Letizia Battaglia (Palermo, 5 marzo 1935) è una fotografa, fotoreporter e politica italiana.


Inizia la sua carriera nel 1969 collaborando con il giornale palermitano L'Ora. Letizia si trova ad essere l’unica donna tra colleghi maschi. Nel 1970 si trasferisce a Milano dove incomincia a fotografare collaborando con varie testate. Nel 1974 ritorna a Palermo e crea, con Franco Zecchin, l'agenzia "Informazione fotografica", frequentata da Josef Koudelka e Ferdinando Scianna. Nel 1974 si trova a documentare l'inizio degli anni di piombo della sua città, scattando foto dei delitti di mafia per informare l'opinione pubblica e scuotere le coscienze[1]. Comprende di trovarsi nel mezzo di una guerra civile. Il suo archivio racconta l’egemonia del clan dei Corleonesi. Sono suoi gli scatti all'hotel Zagarella che ritraggono gli esattori mafiosi Salvo insieme a Giulio Andreotti e che furono acquisiti agli atti per il processo. Il 6 gennaio 1980 è la prima fotoreporter a giungere sul luogo in cui viene assassinato Piersanti Mattarella[2][3]. Nello stesso anno un suo scatto della “bambina con il pallone“ nel quartiere palermitano della Cala fa il giro del mondo[4].


Diviene una fotografa di fama internazionale[5], ma non è solo "la fotografa della mafia". Le sue foto, spesso in un vivido e nitido bianco e nero, si prefiggono di raccontare soprattutto Palermo nella sua miseria e nel suo splendore, i suoi morti di mafia ma anche le sue tradizioni, gli sguardi dei bambini e delle donne (Letizia Battaglia predilige i soggetti femminili), i quartieri, le strade, le feste e i lutti, la vita quotidiana e i volti del potere di una città dalle mille contraddizioni. Durante la mostra della fotografa nella piazza di Palermo, dove mette in mostra i suoi scatti sui padroni della Sicilia, nessuno osa avvicinarsi[senza fonte].


Negli anni '80 crea il "laboratorio d'If", dove si formano fotografi e fotoreporter palermitani. Tra essi: la figlia Shobha, Mike Palazzotto e Salvo Fundarotto.


Letizia Battaglia è stata la prima donna europea a ricevere nel 1985, ex aequo con l'americana Donna Ferrato, il Premio Eugene Smith, a New York, riconoscimento internazionale istituito per ricordare il fotografo di Life. Un altro premio, il Mother Johnson Achievement for Life, le è stato tributato nel 1999.


Ha esposto in Italia, nei Paesi dell'Est Europa, Francia (Centre Pompidou, Parigi), Gran Bretagna, America, Brasile, Svizzera, Canada.
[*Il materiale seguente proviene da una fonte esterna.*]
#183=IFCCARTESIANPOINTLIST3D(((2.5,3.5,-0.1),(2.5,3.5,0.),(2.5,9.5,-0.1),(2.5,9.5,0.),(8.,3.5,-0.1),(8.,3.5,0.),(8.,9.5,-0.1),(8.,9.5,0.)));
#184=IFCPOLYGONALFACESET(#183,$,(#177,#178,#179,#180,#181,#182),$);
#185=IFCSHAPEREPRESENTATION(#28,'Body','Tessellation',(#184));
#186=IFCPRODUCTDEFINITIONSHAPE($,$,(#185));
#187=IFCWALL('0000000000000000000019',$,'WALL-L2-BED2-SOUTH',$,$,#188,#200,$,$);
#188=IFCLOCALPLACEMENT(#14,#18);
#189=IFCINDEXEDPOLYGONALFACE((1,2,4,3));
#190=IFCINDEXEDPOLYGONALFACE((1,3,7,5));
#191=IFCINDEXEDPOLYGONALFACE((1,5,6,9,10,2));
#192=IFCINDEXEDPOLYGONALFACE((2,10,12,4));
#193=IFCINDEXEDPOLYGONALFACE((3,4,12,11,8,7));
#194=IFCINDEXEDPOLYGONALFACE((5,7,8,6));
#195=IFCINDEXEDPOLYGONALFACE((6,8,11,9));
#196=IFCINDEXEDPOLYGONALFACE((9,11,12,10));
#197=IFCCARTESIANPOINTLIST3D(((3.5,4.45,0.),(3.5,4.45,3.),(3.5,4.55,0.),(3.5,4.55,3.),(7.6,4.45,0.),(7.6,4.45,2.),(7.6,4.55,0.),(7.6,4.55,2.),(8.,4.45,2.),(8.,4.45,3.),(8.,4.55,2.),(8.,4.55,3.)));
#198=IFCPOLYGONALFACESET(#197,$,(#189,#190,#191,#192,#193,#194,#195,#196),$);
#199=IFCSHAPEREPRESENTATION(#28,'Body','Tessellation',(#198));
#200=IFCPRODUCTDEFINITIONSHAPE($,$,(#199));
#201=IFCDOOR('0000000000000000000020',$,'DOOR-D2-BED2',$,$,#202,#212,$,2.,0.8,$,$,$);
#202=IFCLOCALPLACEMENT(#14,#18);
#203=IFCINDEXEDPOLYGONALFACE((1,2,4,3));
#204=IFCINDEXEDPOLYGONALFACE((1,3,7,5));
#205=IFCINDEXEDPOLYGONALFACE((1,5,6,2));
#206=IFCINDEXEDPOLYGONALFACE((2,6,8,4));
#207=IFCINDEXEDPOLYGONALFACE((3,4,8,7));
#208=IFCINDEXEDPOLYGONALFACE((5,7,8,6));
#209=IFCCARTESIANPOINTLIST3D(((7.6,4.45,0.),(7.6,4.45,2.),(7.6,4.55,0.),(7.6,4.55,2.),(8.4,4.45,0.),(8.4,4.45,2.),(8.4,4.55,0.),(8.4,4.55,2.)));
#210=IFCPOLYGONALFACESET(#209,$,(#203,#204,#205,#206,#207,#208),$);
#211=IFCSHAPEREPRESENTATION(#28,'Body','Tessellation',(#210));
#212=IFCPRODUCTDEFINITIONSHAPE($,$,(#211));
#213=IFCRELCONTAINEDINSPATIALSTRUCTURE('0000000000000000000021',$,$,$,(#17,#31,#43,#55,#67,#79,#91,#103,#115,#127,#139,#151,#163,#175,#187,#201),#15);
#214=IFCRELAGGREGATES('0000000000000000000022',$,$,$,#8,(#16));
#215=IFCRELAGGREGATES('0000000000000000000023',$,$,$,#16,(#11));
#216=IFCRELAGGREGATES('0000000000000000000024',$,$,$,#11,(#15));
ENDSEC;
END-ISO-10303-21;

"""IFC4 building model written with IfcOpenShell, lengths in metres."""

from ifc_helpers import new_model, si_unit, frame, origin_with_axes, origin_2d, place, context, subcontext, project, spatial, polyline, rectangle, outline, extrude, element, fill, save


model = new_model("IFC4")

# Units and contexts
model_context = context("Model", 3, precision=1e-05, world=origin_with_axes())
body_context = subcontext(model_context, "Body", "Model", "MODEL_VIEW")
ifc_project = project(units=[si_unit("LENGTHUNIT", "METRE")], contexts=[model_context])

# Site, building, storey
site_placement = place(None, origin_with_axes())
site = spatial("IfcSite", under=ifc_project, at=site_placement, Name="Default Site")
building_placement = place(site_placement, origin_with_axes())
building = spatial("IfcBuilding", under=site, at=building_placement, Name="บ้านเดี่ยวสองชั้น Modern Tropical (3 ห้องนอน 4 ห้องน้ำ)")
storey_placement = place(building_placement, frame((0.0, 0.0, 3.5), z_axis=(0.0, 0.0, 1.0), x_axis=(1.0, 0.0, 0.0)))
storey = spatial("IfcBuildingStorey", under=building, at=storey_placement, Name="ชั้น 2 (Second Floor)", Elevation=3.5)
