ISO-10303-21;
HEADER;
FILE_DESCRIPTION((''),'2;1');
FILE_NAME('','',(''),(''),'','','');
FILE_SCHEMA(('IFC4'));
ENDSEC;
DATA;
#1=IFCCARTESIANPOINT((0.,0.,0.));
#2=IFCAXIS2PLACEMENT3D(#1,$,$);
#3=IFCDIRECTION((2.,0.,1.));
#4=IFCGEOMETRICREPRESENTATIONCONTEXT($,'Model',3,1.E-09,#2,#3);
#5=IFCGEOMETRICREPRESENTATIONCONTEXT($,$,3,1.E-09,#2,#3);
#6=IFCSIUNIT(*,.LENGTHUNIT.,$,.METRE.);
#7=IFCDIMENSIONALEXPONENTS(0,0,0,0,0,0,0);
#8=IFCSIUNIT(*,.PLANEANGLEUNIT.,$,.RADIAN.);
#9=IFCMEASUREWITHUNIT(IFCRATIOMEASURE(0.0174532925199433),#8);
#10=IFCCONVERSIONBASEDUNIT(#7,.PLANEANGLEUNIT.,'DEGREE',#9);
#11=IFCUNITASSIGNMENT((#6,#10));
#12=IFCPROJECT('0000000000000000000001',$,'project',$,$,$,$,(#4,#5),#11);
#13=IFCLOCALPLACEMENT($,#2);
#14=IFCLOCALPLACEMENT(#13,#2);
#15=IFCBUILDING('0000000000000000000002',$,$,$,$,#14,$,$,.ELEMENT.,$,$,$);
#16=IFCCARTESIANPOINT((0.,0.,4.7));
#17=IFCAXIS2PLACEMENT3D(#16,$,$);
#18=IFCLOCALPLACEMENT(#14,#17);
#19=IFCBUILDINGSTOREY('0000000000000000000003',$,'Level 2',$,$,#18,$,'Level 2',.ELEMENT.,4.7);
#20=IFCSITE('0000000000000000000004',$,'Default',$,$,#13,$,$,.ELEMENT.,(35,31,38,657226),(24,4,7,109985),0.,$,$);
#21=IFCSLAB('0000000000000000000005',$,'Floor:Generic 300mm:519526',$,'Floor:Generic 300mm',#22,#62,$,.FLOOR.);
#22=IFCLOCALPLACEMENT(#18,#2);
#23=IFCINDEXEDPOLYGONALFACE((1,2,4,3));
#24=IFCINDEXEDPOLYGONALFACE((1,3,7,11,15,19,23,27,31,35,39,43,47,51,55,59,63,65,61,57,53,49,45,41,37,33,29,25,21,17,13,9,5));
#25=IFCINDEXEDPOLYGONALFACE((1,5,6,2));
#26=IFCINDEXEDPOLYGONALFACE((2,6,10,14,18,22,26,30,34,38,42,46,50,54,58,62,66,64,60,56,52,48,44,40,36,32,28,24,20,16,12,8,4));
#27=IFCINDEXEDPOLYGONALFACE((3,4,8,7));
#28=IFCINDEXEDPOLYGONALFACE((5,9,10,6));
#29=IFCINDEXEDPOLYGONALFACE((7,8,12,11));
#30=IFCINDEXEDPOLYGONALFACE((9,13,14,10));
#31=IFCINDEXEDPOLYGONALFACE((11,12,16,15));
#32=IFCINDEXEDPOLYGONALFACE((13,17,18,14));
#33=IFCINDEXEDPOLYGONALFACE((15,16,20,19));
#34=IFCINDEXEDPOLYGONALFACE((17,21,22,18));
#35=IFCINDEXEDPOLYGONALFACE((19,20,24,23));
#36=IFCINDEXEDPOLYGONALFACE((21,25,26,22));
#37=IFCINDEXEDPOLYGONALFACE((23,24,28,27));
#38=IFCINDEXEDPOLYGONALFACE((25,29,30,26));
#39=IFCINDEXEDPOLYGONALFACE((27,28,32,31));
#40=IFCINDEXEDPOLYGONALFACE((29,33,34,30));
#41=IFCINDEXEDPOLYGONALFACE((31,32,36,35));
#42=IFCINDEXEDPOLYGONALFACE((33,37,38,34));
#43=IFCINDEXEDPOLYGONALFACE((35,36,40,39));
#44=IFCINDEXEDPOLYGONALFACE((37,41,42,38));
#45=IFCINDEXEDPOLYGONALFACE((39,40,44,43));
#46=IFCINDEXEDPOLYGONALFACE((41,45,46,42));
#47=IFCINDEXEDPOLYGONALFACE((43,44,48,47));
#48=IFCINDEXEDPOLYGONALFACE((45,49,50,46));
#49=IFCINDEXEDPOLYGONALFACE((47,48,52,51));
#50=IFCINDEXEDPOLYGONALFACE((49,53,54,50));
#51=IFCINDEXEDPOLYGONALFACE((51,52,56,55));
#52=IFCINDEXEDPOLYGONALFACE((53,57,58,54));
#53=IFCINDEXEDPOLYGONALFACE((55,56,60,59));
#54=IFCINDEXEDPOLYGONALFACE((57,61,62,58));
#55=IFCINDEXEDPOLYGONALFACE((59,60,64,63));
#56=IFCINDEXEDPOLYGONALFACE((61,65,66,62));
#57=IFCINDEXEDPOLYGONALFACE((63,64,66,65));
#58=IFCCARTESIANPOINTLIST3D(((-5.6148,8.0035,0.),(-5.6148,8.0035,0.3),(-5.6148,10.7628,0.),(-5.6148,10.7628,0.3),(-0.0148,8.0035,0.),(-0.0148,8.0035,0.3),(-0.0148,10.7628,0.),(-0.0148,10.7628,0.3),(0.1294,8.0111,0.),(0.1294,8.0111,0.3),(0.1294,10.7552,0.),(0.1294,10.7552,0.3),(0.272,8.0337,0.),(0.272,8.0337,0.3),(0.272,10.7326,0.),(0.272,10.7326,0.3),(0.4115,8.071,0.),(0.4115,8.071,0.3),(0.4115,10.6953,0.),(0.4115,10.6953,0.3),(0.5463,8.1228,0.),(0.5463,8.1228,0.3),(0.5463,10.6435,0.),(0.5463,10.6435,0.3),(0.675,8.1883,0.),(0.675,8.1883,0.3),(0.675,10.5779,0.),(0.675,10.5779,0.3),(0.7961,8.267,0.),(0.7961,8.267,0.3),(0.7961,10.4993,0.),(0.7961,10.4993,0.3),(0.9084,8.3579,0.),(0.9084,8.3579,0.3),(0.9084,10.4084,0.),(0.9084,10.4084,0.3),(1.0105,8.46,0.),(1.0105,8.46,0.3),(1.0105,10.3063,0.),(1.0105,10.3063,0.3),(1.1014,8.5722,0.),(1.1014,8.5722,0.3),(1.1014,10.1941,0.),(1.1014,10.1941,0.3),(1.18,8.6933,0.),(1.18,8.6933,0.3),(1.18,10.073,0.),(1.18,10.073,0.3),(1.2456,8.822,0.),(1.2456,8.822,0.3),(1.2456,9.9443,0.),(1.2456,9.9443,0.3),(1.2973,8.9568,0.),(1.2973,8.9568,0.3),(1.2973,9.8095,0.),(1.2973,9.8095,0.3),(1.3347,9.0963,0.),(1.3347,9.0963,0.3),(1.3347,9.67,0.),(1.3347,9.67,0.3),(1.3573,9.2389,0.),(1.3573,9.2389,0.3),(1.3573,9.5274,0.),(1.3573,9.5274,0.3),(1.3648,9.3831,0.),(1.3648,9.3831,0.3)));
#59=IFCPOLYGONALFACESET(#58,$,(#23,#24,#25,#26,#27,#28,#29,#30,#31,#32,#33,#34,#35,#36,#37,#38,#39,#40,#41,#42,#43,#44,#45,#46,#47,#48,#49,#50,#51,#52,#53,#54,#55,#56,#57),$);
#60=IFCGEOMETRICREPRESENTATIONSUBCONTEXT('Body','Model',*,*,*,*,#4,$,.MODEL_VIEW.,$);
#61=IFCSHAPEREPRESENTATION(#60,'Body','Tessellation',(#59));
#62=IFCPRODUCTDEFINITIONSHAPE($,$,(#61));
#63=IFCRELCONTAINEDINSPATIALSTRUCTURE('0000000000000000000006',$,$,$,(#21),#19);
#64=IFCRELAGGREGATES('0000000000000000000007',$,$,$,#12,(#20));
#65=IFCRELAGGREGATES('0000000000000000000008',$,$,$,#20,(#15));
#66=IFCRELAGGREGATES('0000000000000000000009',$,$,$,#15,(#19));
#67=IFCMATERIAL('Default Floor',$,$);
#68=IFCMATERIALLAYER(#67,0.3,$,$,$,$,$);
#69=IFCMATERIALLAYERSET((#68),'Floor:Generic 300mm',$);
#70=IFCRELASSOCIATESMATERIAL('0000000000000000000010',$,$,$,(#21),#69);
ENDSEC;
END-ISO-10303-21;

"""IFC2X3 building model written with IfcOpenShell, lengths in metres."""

from ifc_helpers import new_model, entity, si_unit, converted_unit, direction, frame, frame_2d, origin, place, context, subcontext, project, spatial, polyline, circle_curve, parameter, trimmed, segment, composite_curve, outline, extrude, material, layer, layer_set, layer_usage, element, save


model = new_model("IFC2X3")

# Units and contexts
model_context = context("Model", 3, precision=1e-09, world=origin(), true_north=direction((2.0, 0.0, 1.0)))
context_of_model = context(None, 3, precision=1e-09, world=origin(), true_north=direction((2.0, 0.0, 1.0)))
body_context = subcontext(model_context, "Body", "Model", "MODEL_VIEW")
ifc_project = project(units=[si_unit("LENGTHUNIT", "METRE"), converted_unit("PLANEANGLEUNIT", "DEGREE", entity("IfcRatioMeasure", 0.0174532925199433), si_unit("PLANEANGLEUNIT", "RADIAN"), dimensions=[0, 0, 0, 0, 0, 0, 0])], contexts=[model_context, context_of_model])

# Site, building, storey
site_placement = place(None, origin())
site = spatial("IfcSite", under=ifc_project, at=site_placement, Name="Default", CompositionType="ELEMENT", RefLatitude=(35, 31, 38, 657226), RefLongitude=(24, 4, 7, 109985), RefElevation=0.0)
building_placement = place(site_placement, origin())
building = spatial("IfcBuilding", under=site, at=building_placement, CompositionType="ELEMENT")
storey_placement = place(building_placement, frame((0.0, 0.0, 4.7)))
storey = spatial("IfcBuildingStorey", under=building, at=storey_placement, Name="Level 2", LongName="Level 2", CompositionType="ELEMENT", Elevation=4.7)

# Slab
ifc_material = material(Name="Default Floor")
ifc_layer = layer(ifc_material, 0.3)
ifc_layer_set = layer_set([ifc_layer], Name="Floor:Generic 300mm")
ifc_layer_usage = layer_usage(ifc_layer_set, "AXIS3", "POSITIVE", 0.0)
slab_placement = place(storey_placement, origin())
element("IfcSlab", 1, at=slab_placement, inside=storey, material=ifc_layer_usage, Name="Floor:Generic 300mm:519526", ObjectType="Floor:Generic 300mm", PredefinedType="FLOOR", context=body_context, shape_type="SweptSolid", body=[
    extrude(outline(composite_curve([segment(polyline([(-1.3796, -2.8), (1.3796, -2.8)]), True, "CONTINUOUS"), segment(polyline([(1.3796, -2.8), (1.3796, 2.8)]), True, "CONTINUOUS"), segment(trimmed(circle_curve(frame_2d((0.0, 2.8), x_axis=(1.0, 0.0)), 1.3796), [parameter(0.0)], [parameter(180.0)], True, "PARAMETER"), True, "CONTINUOUS"), segment(polyline([(-1.3796, 2.8), (-1.3796, -2.8)]), True, "CONTINUOUS")], self_intersect=False)), frame((-2.8148, 9.3831, 0.3), z_axis=(0.0, 0.0, -1.0), x_axis=(0.0, 1.0, 0.0)), (0.0, 0.0, 1.0), 0.3),
])

save(model, "model.ifc")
Il suo impegno sociale e la sua passione per gli ideali di libertà e giustizia sono descritti nella monografia delle edizioni Motta Passione, giustizia e libertà (lo stesso titolo di una sua mostra).
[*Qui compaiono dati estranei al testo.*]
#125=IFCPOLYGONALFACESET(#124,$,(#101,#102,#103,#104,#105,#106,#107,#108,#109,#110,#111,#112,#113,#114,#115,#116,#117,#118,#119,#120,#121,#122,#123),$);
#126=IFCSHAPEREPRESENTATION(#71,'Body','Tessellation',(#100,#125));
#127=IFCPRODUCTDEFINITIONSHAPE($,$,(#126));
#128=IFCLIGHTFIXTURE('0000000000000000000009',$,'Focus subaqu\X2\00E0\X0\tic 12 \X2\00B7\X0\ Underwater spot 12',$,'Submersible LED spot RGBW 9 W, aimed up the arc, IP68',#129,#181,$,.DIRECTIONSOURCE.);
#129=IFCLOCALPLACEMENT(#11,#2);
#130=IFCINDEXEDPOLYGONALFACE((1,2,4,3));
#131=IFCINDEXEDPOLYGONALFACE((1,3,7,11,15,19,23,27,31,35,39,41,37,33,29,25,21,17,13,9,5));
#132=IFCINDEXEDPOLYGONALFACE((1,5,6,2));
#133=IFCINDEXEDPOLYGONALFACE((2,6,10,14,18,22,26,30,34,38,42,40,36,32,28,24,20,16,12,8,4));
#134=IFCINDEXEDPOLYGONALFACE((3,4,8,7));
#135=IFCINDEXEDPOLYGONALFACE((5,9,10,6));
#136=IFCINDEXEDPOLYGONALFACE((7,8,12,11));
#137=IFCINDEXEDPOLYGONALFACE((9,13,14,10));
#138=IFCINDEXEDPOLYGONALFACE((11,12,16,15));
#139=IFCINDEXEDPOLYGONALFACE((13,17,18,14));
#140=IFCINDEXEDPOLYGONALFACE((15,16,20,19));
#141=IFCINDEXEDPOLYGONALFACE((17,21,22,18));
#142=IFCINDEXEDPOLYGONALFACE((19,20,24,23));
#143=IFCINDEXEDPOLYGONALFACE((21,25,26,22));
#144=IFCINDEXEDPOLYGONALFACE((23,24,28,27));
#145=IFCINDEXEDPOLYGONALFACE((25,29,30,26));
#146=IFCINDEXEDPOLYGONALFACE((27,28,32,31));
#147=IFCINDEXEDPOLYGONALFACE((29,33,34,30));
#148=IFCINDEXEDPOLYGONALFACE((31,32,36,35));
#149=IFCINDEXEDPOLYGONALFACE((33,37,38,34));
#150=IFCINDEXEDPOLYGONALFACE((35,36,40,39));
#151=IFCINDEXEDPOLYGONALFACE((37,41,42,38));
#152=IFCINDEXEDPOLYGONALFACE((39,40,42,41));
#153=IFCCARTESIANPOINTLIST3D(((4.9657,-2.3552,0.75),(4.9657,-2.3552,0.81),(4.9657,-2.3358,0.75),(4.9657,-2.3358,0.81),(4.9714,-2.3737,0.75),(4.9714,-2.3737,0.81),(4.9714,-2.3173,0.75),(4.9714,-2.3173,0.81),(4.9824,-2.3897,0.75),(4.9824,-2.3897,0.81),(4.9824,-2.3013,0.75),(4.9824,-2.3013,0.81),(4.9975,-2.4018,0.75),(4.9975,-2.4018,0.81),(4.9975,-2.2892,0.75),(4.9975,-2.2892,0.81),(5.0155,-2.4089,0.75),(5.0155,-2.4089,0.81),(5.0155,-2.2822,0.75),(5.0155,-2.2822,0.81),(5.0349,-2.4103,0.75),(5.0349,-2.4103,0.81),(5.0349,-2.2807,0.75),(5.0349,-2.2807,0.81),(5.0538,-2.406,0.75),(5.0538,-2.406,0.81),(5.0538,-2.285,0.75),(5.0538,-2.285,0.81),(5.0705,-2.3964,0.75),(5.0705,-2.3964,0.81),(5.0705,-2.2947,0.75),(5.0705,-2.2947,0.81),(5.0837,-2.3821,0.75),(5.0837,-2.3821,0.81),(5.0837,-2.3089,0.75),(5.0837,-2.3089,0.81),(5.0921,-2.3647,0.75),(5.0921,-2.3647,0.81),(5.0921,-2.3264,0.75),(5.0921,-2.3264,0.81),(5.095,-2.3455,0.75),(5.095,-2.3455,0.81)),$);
Dopo l’assassinio del giudice Falcone, il 23 maggio 1992, Letizia Battaglia si allontana dal mondo della fotografia, ormai stanca di avere a che fare con la violenza[senza fonte].


Dal 2000 al 2003 dirige la rivista bimestrale realizzata da donne Mezzocielo, nata da una sua idea nel 1991.
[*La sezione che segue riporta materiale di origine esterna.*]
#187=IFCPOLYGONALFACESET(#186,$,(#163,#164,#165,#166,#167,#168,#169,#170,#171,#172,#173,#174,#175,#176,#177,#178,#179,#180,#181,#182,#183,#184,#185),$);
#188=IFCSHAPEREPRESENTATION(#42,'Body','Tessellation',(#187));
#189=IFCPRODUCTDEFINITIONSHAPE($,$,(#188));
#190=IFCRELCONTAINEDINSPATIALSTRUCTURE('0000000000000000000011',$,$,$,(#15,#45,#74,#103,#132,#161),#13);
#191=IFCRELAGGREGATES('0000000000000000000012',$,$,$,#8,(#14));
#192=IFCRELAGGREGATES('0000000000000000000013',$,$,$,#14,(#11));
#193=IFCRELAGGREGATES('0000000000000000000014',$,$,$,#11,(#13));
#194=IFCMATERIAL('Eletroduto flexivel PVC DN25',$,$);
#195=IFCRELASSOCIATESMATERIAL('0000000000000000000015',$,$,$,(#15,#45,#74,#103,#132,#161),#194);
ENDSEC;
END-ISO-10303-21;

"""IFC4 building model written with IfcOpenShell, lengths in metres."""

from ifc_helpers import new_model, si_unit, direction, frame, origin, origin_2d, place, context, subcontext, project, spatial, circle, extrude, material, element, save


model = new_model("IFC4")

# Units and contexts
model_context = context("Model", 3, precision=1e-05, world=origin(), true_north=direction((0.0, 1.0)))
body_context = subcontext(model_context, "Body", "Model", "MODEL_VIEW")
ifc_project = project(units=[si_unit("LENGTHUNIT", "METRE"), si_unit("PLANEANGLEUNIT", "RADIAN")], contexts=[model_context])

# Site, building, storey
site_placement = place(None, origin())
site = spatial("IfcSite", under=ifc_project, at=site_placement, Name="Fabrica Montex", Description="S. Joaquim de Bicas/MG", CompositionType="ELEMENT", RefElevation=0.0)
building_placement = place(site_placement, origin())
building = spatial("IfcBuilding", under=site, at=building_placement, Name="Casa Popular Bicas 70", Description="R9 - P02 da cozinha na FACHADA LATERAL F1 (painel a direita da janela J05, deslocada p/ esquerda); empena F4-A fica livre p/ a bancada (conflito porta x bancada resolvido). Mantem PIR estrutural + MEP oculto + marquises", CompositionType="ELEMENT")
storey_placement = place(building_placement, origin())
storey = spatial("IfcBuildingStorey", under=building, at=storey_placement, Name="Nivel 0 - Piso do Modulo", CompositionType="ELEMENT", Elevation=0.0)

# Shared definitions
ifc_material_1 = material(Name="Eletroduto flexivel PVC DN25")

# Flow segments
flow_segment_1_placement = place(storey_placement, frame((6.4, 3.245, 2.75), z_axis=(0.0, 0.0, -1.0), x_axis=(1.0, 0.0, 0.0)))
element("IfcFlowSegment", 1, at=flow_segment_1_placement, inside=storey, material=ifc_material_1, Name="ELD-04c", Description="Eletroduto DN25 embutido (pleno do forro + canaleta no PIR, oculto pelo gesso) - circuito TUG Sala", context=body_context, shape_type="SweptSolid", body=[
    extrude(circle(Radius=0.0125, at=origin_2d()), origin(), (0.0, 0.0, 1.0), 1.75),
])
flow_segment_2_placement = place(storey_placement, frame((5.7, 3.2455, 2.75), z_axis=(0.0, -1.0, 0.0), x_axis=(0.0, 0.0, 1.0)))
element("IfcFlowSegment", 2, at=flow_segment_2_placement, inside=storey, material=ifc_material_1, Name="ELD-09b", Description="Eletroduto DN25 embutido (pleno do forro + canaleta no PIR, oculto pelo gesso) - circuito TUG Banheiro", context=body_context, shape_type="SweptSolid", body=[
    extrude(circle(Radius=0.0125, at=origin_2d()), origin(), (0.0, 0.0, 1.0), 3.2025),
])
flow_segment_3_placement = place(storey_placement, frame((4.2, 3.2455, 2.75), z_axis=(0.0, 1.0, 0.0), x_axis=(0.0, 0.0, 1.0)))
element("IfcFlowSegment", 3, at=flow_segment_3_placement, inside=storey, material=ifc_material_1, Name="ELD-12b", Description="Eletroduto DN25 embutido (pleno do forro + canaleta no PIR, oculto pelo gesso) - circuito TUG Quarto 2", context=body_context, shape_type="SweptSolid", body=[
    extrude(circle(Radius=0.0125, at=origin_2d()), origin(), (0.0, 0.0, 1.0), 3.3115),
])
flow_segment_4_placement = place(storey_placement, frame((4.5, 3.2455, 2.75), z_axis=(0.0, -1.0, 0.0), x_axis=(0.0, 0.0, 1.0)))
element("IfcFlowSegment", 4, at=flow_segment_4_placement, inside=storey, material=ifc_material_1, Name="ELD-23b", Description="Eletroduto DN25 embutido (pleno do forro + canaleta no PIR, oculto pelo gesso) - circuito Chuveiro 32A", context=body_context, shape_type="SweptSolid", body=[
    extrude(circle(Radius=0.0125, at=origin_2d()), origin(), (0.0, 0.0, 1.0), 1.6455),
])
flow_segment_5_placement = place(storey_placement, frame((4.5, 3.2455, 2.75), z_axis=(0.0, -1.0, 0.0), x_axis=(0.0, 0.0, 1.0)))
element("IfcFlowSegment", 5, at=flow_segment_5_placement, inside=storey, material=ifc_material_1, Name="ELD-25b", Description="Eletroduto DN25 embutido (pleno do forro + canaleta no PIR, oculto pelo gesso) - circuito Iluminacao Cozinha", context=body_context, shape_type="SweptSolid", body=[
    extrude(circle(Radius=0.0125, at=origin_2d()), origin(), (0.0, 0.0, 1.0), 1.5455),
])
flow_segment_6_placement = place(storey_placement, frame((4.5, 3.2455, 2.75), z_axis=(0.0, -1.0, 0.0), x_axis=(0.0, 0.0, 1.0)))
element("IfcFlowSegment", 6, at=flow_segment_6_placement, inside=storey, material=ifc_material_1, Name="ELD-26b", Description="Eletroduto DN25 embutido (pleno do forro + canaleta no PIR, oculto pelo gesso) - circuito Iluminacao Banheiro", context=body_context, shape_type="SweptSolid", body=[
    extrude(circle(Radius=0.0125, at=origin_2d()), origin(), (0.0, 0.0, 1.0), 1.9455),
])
Nonostante le sue radici siciliane, la Battaglia si trasferisce nel 2003 a Parigi, delusa per il cambiamento del clima sociale e per il senso di emarginazione da cui si sentiva circondata[senza fonte], ma nel 2005 è tornata nella sua Palermo.


Letizia Battaglia ha tre figlie avute dal suo primo matrimonio: Cinzia, Shobha e Patrizia Stagnitta.


Nel 2008 appare in un cameo nel film di Wim Wenders Palermo Shooting.


Nel 2017 inaugura a Palermo all'interno dei Cantieri Culturali della Zisa il Centro Internazionale di Fotografia da lei diretto, metà museo, metà scuola di fotografia e galleria.


Nel 2019 inaugura a Venezia presso la Casa dei Tre Oci una grande mostra monografica retrospettiva di tutta la sua carriera.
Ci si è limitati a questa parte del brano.